### Brief
Show the lines below where "IFCSIUNIT" occurs.

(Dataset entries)
__________

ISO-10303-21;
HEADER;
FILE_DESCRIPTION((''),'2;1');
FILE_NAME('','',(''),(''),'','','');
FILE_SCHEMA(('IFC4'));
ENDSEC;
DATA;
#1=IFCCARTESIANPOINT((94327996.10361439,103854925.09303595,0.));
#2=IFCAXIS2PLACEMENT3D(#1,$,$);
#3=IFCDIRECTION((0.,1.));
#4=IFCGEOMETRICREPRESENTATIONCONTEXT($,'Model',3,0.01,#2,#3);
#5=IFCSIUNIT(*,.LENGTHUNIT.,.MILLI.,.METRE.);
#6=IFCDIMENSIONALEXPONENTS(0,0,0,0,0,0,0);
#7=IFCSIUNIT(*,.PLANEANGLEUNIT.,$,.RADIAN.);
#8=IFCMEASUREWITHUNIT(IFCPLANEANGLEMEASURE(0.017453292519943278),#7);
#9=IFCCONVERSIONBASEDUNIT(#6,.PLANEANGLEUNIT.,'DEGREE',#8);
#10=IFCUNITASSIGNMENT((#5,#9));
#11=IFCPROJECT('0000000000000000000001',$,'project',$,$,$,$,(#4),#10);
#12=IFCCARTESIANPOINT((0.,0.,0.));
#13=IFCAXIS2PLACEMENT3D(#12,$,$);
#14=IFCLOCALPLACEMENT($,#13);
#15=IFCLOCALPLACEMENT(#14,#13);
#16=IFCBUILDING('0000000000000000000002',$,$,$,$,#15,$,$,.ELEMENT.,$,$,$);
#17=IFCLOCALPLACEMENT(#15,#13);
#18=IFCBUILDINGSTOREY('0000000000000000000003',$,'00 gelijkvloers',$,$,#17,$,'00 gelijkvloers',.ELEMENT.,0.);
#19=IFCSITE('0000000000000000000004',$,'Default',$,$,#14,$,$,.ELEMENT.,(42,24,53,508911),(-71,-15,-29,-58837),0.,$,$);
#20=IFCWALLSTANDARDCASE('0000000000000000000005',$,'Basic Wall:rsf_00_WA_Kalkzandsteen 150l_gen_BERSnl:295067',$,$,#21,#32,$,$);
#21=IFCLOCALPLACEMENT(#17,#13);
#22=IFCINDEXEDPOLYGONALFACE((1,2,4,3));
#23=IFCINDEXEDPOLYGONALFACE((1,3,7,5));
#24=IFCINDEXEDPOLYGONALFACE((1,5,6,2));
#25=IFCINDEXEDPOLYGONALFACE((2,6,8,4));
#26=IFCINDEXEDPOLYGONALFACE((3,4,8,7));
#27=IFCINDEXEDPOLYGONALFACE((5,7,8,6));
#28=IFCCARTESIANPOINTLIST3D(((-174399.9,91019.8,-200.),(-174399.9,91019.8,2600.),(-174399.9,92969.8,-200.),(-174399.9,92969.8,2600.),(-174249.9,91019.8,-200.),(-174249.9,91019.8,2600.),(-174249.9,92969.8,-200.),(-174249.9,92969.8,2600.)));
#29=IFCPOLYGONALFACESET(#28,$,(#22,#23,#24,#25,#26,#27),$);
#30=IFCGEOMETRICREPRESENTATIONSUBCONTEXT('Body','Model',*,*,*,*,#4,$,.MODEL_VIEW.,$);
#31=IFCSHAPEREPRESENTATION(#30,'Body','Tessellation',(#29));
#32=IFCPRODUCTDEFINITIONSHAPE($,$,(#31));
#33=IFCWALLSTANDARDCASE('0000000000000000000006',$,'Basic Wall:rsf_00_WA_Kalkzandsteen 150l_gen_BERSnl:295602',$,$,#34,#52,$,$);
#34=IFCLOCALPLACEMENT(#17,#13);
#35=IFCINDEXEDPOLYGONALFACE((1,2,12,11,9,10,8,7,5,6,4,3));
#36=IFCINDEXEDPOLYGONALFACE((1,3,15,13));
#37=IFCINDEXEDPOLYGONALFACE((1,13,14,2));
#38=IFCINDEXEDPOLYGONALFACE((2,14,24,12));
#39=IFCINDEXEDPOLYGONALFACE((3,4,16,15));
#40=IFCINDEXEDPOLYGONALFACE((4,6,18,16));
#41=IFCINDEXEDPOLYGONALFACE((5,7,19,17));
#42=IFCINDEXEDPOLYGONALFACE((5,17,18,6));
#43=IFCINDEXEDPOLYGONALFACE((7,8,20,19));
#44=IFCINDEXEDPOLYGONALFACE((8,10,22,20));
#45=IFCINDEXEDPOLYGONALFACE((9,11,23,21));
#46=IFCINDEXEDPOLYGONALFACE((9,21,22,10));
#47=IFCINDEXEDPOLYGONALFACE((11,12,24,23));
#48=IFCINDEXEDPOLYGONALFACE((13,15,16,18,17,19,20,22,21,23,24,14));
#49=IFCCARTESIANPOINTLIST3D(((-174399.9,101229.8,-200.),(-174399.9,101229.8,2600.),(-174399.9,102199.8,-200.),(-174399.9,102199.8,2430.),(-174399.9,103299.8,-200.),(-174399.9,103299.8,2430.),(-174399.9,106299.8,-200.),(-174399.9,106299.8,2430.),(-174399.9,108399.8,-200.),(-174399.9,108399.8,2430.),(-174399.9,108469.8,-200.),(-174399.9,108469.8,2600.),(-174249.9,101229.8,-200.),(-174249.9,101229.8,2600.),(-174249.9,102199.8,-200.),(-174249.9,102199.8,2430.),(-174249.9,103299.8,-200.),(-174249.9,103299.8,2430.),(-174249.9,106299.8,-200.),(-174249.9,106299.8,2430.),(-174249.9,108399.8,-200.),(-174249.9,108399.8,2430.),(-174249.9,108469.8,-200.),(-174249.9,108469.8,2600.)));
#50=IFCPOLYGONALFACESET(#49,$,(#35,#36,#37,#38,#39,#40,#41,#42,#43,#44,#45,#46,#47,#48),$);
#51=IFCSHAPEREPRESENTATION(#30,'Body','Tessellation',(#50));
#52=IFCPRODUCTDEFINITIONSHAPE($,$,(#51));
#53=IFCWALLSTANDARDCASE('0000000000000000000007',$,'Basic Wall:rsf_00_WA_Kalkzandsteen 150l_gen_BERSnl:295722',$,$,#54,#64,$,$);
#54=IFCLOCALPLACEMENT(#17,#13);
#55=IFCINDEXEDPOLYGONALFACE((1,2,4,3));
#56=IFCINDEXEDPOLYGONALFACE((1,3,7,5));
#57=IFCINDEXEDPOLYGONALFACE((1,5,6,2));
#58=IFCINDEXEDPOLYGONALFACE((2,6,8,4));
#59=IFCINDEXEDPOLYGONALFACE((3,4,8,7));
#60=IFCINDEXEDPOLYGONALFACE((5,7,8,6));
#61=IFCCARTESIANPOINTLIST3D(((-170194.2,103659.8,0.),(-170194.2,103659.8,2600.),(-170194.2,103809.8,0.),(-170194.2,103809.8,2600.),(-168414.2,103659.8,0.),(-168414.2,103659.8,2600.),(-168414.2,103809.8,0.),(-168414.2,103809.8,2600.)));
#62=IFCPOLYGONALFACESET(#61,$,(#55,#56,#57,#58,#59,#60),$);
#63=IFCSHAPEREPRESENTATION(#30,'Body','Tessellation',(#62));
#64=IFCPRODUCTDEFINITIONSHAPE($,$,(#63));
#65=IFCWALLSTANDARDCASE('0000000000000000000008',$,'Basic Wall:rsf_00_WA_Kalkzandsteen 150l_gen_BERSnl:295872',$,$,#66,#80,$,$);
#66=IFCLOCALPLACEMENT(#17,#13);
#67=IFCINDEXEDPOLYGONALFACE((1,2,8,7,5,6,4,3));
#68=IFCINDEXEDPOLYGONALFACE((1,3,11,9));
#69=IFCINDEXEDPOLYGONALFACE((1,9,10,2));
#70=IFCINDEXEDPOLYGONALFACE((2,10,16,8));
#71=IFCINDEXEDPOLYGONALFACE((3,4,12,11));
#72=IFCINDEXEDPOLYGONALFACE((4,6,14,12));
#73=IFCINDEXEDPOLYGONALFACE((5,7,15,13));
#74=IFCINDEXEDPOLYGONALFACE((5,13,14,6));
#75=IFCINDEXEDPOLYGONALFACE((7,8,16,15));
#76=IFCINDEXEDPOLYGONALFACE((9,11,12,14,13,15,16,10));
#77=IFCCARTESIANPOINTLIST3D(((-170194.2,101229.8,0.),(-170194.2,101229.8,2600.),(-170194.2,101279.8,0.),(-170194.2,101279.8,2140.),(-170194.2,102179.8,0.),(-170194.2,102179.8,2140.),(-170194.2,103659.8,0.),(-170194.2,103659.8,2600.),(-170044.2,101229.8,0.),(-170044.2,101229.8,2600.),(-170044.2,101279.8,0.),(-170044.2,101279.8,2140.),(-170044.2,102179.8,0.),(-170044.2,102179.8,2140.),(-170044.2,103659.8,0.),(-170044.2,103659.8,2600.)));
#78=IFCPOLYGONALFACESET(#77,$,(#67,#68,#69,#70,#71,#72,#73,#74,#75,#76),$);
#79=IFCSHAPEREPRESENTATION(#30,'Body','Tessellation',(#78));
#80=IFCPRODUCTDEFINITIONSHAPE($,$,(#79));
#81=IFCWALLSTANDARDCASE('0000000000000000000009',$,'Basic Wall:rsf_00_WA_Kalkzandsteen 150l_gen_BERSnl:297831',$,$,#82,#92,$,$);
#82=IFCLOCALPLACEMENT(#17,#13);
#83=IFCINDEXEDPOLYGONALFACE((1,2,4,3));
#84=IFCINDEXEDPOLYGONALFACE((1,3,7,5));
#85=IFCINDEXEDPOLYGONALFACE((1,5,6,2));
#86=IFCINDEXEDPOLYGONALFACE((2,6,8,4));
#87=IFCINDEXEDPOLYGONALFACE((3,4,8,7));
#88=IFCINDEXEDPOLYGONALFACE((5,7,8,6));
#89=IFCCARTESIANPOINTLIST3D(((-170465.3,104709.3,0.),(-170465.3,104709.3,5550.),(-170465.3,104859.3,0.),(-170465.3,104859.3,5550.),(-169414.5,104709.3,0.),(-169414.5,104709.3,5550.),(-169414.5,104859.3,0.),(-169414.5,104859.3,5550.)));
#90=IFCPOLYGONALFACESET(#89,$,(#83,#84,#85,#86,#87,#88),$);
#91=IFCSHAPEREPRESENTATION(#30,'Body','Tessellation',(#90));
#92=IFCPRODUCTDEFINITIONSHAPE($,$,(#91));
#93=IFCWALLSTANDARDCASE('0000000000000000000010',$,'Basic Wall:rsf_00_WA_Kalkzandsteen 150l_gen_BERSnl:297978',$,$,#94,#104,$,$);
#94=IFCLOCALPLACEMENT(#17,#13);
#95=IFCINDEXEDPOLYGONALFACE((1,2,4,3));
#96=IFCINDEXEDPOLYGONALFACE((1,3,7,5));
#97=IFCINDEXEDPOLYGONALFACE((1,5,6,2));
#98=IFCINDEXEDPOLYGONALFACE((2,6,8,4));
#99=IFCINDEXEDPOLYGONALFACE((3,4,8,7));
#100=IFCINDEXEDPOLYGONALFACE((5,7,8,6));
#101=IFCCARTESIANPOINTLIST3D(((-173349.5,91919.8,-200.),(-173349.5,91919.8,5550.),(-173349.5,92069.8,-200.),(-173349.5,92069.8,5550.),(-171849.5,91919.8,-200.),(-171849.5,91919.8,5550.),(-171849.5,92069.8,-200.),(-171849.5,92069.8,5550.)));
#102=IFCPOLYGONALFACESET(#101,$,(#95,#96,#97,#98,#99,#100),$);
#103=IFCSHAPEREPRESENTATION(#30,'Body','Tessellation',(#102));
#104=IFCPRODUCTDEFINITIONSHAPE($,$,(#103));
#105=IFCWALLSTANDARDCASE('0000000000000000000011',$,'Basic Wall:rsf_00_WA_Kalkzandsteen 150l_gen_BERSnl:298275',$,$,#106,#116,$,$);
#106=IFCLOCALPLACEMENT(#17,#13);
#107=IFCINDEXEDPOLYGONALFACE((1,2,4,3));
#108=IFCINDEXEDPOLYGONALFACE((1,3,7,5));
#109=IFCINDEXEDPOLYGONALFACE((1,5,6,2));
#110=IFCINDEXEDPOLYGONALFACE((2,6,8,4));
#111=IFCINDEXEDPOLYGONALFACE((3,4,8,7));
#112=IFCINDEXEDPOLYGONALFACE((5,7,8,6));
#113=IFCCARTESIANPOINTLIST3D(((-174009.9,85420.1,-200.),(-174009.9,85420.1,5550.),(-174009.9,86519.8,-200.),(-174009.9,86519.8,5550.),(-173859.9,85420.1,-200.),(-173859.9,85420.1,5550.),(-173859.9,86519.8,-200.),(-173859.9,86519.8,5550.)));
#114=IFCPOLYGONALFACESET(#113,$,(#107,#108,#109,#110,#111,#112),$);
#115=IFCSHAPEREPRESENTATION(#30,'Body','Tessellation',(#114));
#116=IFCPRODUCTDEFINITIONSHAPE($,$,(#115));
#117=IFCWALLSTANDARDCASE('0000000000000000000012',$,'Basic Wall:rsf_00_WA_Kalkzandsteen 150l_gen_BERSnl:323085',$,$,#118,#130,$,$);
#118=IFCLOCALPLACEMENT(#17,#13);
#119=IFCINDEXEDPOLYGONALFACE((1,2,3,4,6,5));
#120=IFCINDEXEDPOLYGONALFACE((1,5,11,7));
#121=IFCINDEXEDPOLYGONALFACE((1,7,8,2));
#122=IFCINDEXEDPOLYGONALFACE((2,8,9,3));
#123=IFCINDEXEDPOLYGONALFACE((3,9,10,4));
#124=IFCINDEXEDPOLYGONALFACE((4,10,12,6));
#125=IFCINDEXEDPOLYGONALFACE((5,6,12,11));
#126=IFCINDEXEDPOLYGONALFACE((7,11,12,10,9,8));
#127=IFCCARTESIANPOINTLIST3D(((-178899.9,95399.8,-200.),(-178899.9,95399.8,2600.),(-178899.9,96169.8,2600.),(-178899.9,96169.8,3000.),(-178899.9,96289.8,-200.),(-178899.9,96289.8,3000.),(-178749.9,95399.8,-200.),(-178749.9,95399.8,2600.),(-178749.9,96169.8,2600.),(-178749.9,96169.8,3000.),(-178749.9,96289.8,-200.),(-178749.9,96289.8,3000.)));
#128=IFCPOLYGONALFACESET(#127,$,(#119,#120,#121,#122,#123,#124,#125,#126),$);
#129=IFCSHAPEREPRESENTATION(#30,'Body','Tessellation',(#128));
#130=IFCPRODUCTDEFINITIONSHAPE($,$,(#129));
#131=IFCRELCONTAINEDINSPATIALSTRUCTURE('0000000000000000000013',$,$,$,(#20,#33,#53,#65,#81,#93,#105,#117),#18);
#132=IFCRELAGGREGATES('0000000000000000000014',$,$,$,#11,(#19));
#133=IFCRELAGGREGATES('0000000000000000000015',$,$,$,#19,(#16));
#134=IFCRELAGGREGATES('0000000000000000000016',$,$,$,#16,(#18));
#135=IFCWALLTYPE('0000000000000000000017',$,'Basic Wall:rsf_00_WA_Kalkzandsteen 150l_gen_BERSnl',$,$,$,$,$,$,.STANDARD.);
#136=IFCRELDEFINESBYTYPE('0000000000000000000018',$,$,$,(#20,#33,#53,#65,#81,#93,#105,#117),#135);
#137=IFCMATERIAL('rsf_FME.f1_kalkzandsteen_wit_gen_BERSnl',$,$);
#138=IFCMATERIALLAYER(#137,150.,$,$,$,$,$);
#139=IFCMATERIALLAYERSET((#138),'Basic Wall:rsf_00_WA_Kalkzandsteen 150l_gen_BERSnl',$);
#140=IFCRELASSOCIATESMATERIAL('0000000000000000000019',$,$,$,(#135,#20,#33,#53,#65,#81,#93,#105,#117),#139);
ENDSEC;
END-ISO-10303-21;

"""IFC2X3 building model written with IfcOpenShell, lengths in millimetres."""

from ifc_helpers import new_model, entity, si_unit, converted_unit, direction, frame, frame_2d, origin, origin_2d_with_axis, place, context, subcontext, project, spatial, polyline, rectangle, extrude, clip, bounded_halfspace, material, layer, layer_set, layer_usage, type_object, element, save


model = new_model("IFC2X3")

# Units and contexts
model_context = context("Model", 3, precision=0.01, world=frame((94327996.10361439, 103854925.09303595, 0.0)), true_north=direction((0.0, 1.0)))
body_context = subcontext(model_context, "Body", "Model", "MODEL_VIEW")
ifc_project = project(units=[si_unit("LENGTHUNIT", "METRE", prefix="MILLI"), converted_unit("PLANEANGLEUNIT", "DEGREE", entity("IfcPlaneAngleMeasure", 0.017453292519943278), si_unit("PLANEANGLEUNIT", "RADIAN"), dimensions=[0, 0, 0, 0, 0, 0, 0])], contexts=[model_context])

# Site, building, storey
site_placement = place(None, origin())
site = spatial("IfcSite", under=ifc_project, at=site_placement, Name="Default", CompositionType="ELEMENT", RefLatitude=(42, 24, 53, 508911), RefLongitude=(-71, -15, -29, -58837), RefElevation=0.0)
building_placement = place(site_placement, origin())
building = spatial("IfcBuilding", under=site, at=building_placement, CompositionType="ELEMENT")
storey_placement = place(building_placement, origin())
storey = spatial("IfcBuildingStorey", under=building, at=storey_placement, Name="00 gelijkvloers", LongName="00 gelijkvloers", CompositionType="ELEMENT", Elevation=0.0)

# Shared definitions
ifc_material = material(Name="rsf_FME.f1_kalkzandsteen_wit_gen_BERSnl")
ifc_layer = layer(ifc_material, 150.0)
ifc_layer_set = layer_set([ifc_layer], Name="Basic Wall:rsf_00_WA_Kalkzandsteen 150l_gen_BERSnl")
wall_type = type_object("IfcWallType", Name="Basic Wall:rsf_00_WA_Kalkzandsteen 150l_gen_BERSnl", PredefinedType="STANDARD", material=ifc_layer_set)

__________

### Answer space
#5=IFCSIUNIT(*,.LENGTHUNIT.,.MILLI.,.METRE.);
#7=IFCSIUNIT(*,.PLANEANGLEUNIT.,$,.RADIAN.);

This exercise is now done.